# EXERCISE DETAILS
In the entries below, how many lines contain the string "IFCSHAPEREPRESENTATION"? Give the number by itself.

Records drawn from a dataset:
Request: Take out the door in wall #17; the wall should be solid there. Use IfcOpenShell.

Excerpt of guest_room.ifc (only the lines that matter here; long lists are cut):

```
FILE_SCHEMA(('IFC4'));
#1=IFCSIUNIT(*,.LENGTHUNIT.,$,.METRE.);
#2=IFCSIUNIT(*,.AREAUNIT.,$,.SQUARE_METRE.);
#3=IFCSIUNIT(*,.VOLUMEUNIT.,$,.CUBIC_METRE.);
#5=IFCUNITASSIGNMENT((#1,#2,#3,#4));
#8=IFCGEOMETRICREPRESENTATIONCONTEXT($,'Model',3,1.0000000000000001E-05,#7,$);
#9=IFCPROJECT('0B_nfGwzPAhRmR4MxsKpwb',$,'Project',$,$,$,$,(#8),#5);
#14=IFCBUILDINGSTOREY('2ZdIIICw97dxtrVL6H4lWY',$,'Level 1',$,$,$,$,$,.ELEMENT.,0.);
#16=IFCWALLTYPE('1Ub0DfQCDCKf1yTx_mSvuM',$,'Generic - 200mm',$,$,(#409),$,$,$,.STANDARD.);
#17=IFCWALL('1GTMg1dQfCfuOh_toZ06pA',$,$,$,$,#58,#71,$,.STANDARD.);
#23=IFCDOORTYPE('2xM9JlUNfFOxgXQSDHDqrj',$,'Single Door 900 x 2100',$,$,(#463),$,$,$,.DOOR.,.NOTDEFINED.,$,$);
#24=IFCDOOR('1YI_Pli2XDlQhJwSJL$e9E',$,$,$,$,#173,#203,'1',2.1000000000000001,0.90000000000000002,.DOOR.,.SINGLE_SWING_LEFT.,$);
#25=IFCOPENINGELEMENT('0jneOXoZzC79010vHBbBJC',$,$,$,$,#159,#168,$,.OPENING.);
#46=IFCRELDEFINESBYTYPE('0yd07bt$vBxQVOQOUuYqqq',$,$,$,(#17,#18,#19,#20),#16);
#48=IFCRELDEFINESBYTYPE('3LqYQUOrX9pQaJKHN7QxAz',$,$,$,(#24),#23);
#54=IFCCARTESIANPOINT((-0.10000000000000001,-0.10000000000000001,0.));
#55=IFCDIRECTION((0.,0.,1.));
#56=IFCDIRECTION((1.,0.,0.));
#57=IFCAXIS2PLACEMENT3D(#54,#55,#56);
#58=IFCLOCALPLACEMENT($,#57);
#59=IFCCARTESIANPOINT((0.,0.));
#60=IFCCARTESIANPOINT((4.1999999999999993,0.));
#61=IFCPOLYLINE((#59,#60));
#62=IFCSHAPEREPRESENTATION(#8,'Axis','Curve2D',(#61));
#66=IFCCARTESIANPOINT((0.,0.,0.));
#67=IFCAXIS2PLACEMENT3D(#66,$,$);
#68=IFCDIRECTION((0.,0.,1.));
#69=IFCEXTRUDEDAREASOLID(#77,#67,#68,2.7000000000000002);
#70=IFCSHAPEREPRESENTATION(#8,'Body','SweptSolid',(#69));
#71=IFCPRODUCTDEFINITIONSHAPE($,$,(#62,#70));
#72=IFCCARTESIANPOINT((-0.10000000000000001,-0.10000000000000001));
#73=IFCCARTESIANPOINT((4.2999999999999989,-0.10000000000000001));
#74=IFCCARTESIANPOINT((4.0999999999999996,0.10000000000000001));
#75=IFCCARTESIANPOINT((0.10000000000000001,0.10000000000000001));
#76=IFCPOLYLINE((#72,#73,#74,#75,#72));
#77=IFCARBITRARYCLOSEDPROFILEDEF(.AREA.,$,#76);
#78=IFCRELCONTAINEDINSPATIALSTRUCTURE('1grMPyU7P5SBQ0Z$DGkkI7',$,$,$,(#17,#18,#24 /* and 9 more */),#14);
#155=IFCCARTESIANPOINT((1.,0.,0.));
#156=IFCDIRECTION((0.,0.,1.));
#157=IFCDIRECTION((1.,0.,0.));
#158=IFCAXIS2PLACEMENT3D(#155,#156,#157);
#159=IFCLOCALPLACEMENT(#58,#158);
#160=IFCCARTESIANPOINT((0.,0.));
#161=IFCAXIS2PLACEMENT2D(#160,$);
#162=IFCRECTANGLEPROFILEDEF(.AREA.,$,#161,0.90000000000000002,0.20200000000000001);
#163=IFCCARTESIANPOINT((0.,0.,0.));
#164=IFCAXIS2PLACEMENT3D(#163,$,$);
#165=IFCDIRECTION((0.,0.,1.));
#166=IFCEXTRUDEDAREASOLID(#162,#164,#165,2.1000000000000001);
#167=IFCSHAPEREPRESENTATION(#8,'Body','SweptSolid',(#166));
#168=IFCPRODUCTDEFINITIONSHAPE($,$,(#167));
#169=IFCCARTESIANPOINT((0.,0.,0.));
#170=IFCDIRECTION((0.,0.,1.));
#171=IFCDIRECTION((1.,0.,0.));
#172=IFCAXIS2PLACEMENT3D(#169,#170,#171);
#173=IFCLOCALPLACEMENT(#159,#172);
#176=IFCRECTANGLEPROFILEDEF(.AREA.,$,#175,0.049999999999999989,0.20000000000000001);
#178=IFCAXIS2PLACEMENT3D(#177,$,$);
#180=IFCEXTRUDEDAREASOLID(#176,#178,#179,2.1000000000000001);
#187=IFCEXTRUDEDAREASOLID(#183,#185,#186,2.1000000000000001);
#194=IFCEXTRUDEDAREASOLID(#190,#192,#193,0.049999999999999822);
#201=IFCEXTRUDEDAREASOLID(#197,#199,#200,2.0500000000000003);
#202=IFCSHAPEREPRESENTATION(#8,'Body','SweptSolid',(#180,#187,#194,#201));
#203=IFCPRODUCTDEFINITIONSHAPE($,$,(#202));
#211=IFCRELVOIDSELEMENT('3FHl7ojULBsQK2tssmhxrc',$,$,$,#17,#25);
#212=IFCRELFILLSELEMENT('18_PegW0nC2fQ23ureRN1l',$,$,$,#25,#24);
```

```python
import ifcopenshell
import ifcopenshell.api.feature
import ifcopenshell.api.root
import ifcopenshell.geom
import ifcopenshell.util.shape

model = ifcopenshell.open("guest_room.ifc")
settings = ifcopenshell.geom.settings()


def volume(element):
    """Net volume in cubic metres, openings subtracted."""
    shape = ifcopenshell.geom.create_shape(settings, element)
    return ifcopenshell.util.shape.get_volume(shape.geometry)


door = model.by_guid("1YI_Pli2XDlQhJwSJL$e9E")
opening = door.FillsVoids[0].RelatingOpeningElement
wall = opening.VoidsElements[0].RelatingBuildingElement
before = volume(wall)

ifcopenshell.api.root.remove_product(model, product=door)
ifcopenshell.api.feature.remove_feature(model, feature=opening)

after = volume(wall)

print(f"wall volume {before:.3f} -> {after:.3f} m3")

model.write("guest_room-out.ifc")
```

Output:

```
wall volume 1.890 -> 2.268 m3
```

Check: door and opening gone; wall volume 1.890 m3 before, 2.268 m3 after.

# RESULT
4